DATA EXTRACT
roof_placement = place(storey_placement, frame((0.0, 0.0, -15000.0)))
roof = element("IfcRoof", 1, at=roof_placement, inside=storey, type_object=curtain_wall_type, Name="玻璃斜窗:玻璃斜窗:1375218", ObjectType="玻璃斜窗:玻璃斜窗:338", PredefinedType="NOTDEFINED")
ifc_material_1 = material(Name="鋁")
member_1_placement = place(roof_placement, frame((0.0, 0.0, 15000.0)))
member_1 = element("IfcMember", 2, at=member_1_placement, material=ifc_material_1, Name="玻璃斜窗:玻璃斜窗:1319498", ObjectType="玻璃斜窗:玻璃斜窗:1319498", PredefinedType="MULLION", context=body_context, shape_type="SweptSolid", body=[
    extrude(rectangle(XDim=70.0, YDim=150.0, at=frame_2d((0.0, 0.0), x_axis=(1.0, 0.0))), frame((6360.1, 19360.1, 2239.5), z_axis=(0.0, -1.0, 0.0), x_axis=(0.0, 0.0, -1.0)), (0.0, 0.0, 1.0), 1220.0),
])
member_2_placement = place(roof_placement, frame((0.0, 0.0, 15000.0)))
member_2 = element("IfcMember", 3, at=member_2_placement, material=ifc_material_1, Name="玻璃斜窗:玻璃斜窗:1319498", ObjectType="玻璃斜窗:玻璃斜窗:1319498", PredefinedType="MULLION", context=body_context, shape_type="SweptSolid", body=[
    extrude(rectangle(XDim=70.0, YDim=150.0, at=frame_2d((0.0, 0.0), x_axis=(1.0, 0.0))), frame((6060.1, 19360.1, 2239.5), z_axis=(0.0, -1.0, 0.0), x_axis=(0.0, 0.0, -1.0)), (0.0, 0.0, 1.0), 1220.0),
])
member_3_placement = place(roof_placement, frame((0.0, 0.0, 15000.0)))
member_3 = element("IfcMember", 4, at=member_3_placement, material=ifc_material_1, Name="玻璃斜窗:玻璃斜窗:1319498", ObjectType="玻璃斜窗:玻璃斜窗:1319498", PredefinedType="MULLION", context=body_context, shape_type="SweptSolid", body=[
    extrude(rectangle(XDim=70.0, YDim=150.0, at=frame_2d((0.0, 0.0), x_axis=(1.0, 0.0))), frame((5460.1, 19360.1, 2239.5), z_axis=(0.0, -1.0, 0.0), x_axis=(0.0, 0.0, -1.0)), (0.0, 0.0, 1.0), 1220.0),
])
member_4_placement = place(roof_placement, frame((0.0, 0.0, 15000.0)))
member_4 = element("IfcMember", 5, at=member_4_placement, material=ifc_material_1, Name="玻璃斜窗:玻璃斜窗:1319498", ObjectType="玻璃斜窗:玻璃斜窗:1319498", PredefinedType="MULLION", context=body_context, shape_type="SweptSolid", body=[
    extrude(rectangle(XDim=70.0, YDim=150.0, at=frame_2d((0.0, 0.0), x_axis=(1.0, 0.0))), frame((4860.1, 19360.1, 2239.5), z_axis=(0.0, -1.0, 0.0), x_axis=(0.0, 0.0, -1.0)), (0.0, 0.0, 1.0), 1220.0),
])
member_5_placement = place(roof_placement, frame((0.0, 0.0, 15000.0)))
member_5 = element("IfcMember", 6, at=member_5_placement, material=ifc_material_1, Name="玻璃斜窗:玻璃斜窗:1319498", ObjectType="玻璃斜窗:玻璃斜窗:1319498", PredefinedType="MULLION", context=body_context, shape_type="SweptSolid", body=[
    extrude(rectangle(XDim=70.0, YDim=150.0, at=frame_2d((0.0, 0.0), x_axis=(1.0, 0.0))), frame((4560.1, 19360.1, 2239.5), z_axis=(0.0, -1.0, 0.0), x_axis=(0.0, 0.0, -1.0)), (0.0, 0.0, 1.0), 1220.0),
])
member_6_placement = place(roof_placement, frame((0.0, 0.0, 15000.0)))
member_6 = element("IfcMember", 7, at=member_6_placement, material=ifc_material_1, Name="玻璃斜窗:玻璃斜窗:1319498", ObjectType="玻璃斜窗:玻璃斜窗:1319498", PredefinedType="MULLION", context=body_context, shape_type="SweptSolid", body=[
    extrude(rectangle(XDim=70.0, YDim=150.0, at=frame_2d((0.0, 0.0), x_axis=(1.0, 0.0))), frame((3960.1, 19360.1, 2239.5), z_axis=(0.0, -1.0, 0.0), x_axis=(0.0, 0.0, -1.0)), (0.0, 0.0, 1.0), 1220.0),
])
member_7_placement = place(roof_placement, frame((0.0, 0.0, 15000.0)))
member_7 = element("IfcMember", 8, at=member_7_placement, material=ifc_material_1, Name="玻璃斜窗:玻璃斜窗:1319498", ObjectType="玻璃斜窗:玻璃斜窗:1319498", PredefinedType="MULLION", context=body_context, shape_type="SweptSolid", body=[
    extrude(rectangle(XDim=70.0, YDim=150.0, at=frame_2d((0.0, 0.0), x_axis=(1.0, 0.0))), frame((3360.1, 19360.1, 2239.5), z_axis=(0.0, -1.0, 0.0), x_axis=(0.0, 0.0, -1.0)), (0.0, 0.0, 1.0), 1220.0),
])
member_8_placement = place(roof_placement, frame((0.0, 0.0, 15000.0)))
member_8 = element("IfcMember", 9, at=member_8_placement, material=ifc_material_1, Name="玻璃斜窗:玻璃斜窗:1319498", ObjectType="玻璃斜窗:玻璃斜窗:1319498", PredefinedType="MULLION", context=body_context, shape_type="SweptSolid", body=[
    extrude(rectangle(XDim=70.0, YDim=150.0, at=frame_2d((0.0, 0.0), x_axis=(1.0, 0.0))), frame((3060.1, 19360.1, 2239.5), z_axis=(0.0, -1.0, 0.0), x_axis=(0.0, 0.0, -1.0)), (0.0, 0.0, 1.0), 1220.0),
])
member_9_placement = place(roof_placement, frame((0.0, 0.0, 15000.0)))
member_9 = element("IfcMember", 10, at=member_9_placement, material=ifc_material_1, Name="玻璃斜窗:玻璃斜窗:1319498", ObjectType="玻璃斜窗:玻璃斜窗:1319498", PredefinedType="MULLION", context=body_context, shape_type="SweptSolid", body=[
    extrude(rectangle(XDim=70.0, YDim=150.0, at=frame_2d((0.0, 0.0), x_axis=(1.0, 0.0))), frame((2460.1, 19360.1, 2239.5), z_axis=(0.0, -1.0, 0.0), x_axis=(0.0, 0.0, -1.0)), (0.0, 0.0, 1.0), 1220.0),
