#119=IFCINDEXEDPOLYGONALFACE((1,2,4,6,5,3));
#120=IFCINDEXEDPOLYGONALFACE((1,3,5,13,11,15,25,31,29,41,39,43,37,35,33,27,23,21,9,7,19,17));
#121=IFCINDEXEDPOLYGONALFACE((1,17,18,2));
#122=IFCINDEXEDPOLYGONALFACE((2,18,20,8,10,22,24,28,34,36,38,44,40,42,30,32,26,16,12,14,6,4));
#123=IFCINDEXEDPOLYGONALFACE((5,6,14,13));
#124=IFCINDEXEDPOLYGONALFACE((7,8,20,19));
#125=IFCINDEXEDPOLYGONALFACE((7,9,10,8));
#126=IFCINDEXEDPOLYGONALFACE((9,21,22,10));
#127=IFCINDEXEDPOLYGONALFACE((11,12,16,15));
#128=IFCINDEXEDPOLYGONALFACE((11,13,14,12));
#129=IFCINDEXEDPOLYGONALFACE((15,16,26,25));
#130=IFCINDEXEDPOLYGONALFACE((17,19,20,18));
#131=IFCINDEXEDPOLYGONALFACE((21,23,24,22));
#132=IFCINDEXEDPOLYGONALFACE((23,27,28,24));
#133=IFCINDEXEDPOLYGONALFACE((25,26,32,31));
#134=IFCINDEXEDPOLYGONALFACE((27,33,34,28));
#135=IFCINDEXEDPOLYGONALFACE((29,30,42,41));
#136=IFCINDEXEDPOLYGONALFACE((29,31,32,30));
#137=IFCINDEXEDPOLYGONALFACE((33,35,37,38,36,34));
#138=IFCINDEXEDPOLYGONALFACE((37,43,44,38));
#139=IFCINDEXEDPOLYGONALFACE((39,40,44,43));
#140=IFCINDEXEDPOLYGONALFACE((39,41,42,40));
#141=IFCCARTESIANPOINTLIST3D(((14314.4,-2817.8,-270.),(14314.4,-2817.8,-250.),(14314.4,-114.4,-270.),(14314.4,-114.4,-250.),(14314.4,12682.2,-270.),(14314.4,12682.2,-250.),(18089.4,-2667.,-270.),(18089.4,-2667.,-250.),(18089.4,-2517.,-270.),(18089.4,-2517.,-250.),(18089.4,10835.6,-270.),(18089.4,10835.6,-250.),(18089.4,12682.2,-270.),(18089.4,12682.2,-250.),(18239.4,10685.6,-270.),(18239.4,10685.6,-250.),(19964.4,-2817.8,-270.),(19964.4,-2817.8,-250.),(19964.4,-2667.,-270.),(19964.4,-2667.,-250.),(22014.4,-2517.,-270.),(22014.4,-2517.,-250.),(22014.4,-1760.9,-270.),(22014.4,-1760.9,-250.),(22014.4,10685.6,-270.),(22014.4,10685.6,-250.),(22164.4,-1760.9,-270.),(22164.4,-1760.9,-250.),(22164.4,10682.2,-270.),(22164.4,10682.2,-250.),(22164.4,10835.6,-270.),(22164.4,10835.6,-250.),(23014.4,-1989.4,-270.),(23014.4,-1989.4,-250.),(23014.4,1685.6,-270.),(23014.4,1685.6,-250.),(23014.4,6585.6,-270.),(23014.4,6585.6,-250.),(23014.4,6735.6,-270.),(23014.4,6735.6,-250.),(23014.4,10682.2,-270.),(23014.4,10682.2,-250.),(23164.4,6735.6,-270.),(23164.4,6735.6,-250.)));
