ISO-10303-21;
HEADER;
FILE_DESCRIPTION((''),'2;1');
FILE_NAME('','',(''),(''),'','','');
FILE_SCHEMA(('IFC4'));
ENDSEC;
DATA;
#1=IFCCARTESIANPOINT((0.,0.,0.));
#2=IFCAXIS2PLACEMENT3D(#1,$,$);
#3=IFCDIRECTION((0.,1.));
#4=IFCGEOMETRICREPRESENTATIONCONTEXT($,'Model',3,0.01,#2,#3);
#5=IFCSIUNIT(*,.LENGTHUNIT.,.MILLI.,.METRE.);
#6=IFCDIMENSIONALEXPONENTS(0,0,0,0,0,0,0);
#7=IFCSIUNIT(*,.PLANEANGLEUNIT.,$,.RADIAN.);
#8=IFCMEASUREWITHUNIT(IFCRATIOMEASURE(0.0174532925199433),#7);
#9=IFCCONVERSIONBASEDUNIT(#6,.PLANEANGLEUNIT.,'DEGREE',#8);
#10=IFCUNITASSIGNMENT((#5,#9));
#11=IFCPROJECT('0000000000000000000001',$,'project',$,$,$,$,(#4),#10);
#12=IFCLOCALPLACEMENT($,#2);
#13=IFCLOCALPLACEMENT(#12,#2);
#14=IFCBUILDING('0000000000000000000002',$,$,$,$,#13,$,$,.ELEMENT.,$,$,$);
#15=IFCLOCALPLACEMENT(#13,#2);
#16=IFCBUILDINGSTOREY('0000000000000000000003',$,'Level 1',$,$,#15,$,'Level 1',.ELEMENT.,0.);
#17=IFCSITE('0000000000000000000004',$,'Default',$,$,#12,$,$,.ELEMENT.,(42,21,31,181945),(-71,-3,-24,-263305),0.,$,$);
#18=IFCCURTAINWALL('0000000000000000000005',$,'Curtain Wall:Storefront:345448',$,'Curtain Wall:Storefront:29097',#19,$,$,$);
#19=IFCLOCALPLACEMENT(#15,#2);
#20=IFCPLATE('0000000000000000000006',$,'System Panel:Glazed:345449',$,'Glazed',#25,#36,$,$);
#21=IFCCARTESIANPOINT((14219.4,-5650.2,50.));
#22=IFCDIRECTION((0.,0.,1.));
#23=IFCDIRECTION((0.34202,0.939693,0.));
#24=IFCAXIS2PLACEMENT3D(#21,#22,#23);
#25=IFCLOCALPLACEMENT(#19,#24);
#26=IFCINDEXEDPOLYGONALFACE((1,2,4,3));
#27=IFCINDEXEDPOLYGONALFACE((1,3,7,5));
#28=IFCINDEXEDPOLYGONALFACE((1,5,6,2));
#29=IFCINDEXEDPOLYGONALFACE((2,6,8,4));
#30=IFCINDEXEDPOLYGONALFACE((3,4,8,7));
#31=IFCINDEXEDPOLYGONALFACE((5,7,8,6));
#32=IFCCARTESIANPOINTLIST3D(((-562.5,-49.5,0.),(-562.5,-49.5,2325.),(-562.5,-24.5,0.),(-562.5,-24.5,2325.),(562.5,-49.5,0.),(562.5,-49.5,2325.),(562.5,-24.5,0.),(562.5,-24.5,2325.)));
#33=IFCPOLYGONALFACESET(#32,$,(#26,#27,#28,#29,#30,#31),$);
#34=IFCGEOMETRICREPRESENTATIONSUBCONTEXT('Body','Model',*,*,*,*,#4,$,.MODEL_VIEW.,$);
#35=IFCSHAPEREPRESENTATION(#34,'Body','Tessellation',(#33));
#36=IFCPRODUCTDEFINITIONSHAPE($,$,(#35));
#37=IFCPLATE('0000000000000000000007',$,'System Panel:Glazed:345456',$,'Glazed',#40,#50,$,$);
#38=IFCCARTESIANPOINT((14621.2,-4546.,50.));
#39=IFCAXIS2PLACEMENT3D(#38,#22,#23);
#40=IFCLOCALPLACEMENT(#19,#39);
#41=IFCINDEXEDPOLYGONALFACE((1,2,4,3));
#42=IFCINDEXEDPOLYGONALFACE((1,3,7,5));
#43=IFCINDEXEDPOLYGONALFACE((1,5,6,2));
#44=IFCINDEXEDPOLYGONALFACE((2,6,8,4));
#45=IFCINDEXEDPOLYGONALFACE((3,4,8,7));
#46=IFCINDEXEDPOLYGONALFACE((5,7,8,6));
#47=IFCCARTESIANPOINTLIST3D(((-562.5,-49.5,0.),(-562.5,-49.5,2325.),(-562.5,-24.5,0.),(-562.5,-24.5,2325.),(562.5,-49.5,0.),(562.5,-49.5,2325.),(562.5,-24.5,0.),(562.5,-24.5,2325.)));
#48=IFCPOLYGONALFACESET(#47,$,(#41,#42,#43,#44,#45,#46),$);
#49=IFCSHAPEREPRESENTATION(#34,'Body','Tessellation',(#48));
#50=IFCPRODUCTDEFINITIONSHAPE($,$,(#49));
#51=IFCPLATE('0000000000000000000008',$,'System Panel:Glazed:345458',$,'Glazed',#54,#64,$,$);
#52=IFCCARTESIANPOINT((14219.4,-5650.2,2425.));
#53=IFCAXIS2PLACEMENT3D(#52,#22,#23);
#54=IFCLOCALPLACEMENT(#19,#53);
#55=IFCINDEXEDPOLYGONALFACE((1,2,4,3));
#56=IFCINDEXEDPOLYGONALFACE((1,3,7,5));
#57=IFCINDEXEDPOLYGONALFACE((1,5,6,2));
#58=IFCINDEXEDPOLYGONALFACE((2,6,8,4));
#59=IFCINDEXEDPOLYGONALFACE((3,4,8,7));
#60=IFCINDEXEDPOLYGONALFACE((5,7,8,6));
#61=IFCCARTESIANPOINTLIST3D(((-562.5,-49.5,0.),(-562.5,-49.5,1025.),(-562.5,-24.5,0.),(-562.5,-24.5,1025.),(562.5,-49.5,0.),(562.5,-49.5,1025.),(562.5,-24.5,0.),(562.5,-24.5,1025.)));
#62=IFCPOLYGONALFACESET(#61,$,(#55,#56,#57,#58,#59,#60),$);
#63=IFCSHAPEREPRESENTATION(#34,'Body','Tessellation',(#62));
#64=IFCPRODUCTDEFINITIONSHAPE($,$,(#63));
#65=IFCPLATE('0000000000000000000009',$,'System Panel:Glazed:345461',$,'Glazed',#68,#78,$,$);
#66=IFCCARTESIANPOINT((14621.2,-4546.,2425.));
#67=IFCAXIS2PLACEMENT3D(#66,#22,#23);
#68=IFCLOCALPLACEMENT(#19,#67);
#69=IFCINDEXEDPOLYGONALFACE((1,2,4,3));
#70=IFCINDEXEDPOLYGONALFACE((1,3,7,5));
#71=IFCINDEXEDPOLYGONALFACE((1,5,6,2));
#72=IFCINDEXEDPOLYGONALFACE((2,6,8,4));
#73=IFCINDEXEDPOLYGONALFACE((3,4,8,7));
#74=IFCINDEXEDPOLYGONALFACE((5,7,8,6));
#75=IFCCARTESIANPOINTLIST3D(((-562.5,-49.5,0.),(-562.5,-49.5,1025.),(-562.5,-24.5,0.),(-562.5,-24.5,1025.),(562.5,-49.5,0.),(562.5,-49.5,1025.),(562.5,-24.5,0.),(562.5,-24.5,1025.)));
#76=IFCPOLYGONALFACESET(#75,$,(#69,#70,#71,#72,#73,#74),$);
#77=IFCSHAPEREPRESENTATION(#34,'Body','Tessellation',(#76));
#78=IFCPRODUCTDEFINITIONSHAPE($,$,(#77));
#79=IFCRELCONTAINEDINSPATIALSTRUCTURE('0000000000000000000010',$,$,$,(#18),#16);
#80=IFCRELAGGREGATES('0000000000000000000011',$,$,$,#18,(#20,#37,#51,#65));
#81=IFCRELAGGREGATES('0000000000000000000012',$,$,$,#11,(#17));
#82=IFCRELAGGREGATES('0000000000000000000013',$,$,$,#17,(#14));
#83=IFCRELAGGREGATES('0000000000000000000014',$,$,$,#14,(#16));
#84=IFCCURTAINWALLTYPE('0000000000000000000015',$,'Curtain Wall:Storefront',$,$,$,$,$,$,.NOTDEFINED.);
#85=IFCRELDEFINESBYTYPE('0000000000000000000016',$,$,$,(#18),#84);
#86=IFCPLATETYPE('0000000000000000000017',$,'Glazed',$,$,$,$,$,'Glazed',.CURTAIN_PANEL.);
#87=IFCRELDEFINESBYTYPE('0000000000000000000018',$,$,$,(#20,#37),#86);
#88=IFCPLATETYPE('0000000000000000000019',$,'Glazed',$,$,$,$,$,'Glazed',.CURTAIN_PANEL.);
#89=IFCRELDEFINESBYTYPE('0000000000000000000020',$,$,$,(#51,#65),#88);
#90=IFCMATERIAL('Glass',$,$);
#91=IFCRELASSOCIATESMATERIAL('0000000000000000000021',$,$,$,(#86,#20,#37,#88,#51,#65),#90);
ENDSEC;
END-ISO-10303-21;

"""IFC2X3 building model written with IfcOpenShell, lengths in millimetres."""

from ifc_helpers import new_model, entity, si_unit, converted_unit, direction, frame, frame_2d, origin, place, context, subcontext, project, spatial, rectangle, extrude, source, transform, mapped, material, type_object, type_shapes, element, aggregate, save


model = new_model("IFC2X3")

# Units and contexts
model_context = context("Model", 3, precision=0.01, world=origin(), true_north=direction((0.0, 1.0)))
body_context = subcontext(model_context, "Body", "Model", "MODEL_VIEW")
ifc_project = project(units=[si_unit("LENGTHUNIT", "METRE", prefix="MILLI"), converted_unit("PLANEANGLEUNIT", "DEGREE", entity("IfcRatioMeasure", 0.0174532925199433), si_unit("PLANEANGLEUNIT", "RADIAN"), dimensions=[0, 0, 0, 0, 0, 0, 0])], contexts=[model_context])

# Site, building, storey
site_placement = place(None, origin())
site = spatial("IfcSite", under=ifc_project, at=site_placement, Name="Default", CompositionType="ELEMENT", RefLatitude=(42, 21, 31, 181945), RefLongitude=(-71, -3, -24, -263305), RefElevation=0.0)
building_placement = place(site_placement, origin())
building = spatial("IfcBuilding", under=site, at=building_placement, CompositionType="ELEMENT")
storey_placement = place(building_placement, origin())
storey = spatial("IfcBuildingStorey", under=building, at=storey_placement, Name="Level 1", LongName="Level 1", CompositionType="ELEMENT", Elevation=0.0)

# Curtain wall, plates
curtain_wall_type = type_object("IfcCurtainWallType", Name="Curtain Wall:Storefront", PredefinedType="NOTDEFINED")
curtain_wall_placement = place(storey_placement, origin())
curtain_wall = element("IfcCurtainWall", 1, at=curtain_wall_placement, inside=storey, type_object=curtain_wall_type, Name="Curtain Wall:Storefront:345448", ObjectType="Curtain Wall:Storefront:29097")
ifc_material_1 = material(Name="Glass")
plate_type_1 = type_object("IfcPlateType", Name="Glazed", ElementType="Glazed", PredefinedType="CURTAIN_PANEL", material=ifc_material_1)
shared_shape_1 = source(origin(), body_context, "Body", "SweptSolid", [
    extrude(rectangle(XDim=25.0, YDim=1125.0, at=frame_2d((0.0, 0.0), x_axis=(1.0, 0.0))), frame((0.0, -37.0, 0.0), z_axis=(0.0, 0.0, 1.0), x_axis=(0.0, 1.0, 0.0)), (0.0, 0.0, 1.0), 2325.0),
])
type_shapes(plate_type_1, [shared_shape_1])
plate_1_placement = place(curtain_wall_placement, frame((14219.4, -5650.2, 50.0), z_axis=(0.0, 0.0, 1.0), x_axis=(0.34202, 0.939693, 0.0)))
plate_1 = element("IfcPlate", 2, at=plate_1_placement, type_object=plate_type_1, material=ifc_material_1, Name="System Panel:Glazed:345449", ObjectType="Glazed", context=body_context, shape_type="MappedRepresentation", body=[
    mapped(shared_shape_1, transform((0.0, 0.0, 0.0), scale=1.0)),
])
plate_2_placement = place(curtain_wall_placement, frame((14621.2, -4546.0, 50.0), z_axis=(0.0, 0.0, 1.0), x_axis=(0.34202, 0.939693, 0.0)))
plate_2 = element("IfcPlate", 3, at=plate_2_placement, type_object=plate_type_1, material=ifc_material_1, Name="System Panel:Glazed:345456", ObjectType="Glazed", context=body_context, shape_type="MappedRepresentation", body=[
    mapped(shared_shape_1, transform((0.0, 0.0, 0.0), scale=1.0)),
])
plate_type_2 = type_object("IfcPlateType", Name="Glazed", ElementType="Glazed", PredefinedType="CURTAIN_PANEL", material=ifc_material_1)
shared_shape_2 = source(origin(), body_context, "Body", "SweptSolid", [
    extrude(rectangle(XDim=25.0, YDim=1125.0, at=frame_2d((0.0, 0.0), x_axis=(1.0, 0.0))), frame((0.0, -37.0, 0.0), z_axis=(0.0, 0.0, 1.0), x_axis=(0.0, 1.0, 0.0)), (0.0, 0.0, 1.0), 1025.0),
])
type_shapes(plate_type_2, [shared_shape_2])
plate_3_placement = place(curtain_wall_placement, frame((14219.4, -5650.2, 2425.0), z_axis=(0.0, 0.0, 1.0), x_axis=(0.34202, 0.939693, 0.0)))
plate_3 = element("IfcPlate", 4, at=plate_3_placement, type_object=plate_type_2, material=ifc_material_1, Name="System Panel:Glazed:345458", ObjectType="Glazed", context=body_context, shape_type="MappedRepresentation", body=[
    mapped(shared_shape_2, transform((0.0, 0.0, 0.0), scale=1.0)),
])
plate_4_placement = place(curtain_wall_placement, frame((14621.2, -4546.0, 2425.0), z_axis=(0.0, 0.0, 1.0), x_axis=(0.34202, 0.939693, 0.0)))
plate_4 = element("IfcPlate", 5, at=plate_4_placement, type_object=plate_type_2, material=ifc_material_1, Name="System Panel:Glazed:345461", ObjectType="Glazed", context=body_context, shape_type="MappedRepresentation", body=[
    mapped(shared_shape_2, transform((0.0, 0.0, 0.0), scale=1.0)),
])
aggregate(curtain_wall, [plate_1, plate_2, plate_3, plate_4])

save(model, "model.ifc")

AIM OF THE EXERCISE
What lines of the listing above hold "IFCPRODUCTDEFINITIONSHAPE"? Copy all of them.

WRITTEN SOLUTION
#36=IFCPRODUCTDEFINITIONSHAPE($,$,(#35));
#50=IFCPRODUCTDEFINITIONSHAPE($,$,(#49));
#64=IFCPRODUCTDEFINITIONSHAPE($,$,(#63));
#78=IFCPRODUCTDEFINITIONSHAPE($,$,(#77));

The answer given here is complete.